For a long time, we thought that these models incorporated so much data that they captured universal relationships that could be leveraged in most contexts. However, what has become apparent over time is that these models, while amazing public goods, still need to be tweaked, or “fine-tuned”, to be sensitive towards specific contexts. This process is known as “transfer learning” – a popular field of AI research and application at the moment. These public models represent massive, solid foundations to build on, but we still need to choose the paint colour, window shape and roof style (to butcher an analogy).
Indeed, when it comes to these public models, the promise of big data was that we didn’t need to sample anymore. Why would we when we had access to “all” the data? And, indeed, many public resources that AI models are based on use so much of the internet to inform their magic. However, regardless of how big these datasets might be, the reality is that we seldom have all the data. When we do have access to large datasets, they are often biased towards specific domains; few ever capture the market research paradigm with its unique concepts like brand equity or common product attributes. Consumers on the internet just don’t frame their discussions around these topics in the same way we talk about them as brand researchers and owners.
Models created using millions (or even hundreds of millions) of tweets, for example, encode the semantic associations and perceptions of a self-selected group of vocal, passionate and opinionated people.
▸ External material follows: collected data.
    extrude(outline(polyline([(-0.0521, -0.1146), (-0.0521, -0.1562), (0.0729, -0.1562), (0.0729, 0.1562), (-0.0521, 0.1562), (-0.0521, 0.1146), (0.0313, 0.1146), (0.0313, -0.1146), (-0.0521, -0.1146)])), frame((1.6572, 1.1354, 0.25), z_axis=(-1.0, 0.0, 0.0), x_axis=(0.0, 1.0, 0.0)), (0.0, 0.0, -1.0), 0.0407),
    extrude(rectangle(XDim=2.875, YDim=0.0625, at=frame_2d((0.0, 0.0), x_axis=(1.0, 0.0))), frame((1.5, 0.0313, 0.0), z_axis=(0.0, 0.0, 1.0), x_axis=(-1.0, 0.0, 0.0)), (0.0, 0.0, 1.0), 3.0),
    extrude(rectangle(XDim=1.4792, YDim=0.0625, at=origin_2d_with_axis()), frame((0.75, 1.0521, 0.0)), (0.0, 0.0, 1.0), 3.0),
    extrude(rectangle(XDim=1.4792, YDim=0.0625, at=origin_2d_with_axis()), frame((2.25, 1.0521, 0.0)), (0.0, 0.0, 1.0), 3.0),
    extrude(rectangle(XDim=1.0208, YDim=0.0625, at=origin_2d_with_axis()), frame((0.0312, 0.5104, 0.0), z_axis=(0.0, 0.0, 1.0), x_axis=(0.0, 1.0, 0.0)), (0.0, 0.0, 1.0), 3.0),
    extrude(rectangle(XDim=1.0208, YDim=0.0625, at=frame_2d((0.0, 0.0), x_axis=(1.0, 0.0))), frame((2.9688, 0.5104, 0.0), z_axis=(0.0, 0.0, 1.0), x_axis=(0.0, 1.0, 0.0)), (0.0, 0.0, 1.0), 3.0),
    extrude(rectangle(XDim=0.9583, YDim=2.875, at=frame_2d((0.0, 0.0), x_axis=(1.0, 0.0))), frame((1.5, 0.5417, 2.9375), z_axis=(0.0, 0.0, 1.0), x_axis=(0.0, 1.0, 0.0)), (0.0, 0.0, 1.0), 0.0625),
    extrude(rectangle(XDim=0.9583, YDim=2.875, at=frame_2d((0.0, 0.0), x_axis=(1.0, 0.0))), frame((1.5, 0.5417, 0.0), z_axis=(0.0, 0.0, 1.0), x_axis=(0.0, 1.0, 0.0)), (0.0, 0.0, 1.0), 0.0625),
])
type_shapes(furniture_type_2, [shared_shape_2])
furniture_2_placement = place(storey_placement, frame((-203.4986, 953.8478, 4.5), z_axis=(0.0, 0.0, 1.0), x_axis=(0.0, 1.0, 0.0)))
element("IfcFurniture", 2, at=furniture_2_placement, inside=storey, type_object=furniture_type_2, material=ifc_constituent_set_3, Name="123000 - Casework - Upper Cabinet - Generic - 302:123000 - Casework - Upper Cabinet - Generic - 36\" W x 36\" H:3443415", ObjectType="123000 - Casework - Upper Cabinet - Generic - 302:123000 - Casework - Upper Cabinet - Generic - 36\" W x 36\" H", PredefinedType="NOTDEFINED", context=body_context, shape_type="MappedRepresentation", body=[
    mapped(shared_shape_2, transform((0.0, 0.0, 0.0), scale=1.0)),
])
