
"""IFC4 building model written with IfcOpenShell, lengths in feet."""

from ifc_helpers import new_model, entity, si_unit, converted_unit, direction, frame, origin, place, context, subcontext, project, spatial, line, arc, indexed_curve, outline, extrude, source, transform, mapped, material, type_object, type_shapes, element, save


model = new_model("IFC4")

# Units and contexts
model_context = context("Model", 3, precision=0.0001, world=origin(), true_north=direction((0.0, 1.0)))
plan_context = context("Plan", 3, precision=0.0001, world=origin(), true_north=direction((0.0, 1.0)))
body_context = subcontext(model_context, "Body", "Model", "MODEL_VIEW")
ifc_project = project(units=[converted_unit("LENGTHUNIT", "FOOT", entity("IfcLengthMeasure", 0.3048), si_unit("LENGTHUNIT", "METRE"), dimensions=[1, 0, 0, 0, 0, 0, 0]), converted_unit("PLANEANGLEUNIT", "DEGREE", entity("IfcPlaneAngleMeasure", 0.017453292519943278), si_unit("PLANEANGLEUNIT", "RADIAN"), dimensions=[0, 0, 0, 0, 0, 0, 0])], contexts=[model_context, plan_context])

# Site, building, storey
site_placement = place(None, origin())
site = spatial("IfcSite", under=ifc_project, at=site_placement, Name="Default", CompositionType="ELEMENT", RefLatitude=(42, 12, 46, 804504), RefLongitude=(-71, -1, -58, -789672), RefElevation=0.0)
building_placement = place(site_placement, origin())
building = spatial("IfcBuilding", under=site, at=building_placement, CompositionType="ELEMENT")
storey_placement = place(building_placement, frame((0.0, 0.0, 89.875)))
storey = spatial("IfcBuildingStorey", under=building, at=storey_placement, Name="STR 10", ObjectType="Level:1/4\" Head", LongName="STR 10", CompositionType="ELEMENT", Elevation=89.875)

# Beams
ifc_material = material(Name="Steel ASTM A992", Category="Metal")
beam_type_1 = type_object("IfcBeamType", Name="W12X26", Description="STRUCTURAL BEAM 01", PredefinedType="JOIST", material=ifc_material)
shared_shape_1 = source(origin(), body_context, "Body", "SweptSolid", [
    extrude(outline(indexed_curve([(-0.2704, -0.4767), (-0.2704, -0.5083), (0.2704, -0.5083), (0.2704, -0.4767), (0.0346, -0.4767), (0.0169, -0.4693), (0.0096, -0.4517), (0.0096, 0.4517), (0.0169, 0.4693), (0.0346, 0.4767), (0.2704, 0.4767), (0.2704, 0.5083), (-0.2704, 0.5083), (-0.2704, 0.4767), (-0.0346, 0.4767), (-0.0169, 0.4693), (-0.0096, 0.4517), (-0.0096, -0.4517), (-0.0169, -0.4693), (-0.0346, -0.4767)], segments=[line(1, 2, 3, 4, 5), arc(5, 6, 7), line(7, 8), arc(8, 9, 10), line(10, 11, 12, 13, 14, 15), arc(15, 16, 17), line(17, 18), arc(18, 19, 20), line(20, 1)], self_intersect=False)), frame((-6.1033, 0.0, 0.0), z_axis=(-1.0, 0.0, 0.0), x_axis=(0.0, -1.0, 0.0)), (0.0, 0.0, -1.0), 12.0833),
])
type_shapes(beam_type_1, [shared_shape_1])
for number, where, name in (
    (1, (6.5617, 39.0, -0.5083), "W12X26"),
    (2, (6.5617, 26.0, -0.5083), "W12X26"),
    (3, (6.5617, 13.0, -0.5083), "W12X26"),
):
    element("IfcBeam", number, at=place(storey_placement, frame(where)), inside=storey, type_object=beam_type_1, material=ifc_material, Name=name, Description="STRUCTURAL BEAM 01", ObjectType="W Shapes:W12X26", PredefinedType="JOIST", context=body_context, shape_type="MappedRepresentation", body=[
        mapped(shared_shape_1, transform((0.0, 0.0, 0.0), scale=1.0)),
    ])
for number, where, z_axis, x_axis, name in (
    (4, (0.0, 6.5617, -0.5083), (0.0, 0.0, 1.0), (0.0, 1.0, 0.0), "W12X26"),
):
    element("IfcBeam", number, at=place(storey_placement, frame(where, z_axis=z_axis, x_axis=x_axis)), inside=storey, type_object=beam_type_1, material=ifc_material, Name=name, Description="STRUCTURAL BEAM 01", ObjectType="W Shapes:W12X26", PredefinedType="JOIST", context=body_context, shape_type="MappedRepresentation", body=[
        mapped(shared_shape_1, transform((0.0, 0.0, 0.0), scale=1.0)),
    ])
Models based on IMDB, Amazon or Yelp reviews encode consumer language specific to certain categories and Wikipedia, boon to humanity that it is, captures dry relationships between facts that hardly reflect how real people talk or think.
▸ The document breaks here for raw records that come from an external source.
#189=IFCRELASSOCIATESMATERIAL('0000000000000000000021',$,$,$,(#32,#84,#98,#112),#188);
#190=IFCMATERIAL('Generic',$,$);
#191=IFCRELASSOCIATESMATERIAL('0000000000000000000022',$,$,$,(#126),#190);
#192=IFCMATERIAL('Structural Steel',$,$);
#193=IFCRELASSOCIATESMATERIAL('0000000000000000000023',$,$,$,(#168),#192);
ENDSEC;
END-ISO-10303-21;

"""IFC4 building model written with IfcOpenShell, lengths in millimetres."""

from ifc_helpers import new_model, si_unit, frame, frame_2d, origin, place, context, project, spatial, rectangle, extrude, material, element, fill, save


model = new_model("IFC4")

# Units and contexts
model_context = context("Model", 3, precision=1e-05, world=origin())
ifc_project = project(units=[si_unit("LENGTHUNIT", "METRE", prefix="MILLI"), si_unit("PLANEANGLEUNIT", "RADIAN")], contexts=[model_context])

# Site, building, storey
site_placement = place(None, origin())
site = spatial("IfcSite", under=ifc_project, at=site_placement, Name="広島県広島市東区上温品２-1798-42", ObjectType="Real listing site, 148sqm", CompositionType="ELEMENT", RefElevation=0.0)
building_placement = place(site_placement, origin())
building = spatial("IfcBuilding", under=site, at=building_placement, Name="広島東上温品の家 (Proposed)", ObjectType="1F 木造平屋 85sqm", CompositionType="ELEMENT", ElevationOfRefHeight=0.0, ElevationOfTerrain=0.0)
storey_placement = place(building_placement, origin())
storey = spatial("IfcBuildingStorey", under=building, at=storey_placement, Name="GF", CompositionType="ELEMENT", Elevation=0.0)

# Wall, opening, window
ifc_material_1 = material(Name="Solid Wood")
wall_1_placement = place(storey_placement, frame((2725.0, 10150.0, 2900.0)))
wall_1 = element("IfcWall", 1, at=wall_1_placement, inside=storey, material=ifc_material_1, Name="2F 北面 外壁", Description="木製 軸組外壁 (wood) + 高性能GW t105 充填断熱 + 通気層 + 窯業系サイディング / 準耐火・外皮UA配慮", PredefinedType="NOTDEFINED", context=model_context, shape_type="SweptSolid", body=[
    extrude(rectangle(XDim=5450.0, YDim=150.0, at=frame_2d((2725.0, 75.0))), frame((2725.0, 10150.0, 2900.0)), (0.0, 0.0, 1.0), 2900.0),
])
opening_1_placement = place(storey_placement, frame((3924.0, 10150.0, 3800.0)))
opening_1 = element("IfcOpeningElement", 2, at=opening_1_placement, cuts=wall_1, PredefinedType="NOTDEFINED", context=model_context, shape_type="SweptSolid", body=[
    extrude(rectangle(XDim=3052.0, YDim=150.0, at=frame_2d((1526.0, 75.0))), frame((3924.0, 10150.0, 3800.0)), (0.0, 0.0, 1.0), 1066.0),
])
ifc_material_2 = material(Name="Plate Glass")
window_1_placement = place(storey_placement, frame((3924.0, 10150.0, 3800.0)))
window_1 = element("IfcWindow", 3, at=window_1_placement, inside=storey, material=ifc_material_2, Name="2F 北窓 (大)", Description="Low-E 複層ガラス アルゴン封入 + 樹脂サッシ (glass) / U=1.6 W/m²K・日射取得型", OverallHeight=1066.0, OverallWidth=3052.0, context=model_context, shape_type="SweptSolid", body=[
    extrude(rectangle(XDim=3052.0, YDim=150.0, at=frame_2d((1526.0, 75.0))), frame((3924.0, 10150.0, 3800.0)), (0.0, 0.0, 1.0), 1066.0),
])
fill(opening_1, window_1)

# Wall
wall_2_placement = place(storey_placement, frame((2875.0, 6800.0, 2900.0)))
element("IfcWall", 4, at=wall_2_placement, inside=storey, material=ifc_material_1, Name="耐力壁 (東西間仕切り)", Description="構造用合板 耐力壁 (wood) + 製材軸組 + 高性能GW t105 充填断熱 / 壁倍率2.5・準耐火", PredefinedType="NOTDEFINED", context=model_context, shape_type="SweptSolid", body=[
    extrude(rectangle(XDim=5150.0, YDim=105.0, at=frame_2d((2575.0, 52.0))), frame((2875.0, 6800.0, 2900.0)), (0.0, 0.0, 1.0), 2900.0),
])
Models based on these sources are used by most AI practitioners around the world. Released by companies such as OpenAI, Hugging Face, DeepMind, Google and Facebook, they are surely valuable public goods but they often fail to give us the quality that we need in the market research industry out the box when we apply them to our own text, voice, image and video data.
So what next?
This brings us back to the concept of sampling, or at least thinking deeply about the data that goes into your models, and market researchers can teach the AI community a think or two about diligence in this area.
When constructing training datasets or when fine-tuning public models, careful thought needs to be given to the alignment between domains – was the training dataset or public model created using data from a similar domain to what you are applying it to? If not, how should I go about creating a new training dataset that can be used to create a new model or fine-tune an existing one? How many classes (metrics, tags, KPIs, etc.) am I trying to predict? How many training examples do I need to cover all these classes appropriately? Where am I sourcing this data from? How am I going to go about coding this data? Will I do it in-house? Will I use a coding team? Will I use a crowd-sourcing company such as Amazon’s Mechanical Turk or Figure Eight? How many coders should review each document? And so on…
It’s important that AI practitioners do not overlook this crucial aspect of building AI models and there is much that experienced marketing scientists and other insights professionals can impart in this regard.
AI has been a bit like the Wild West but it’s time to straighten things up with a bit of market research wisdom.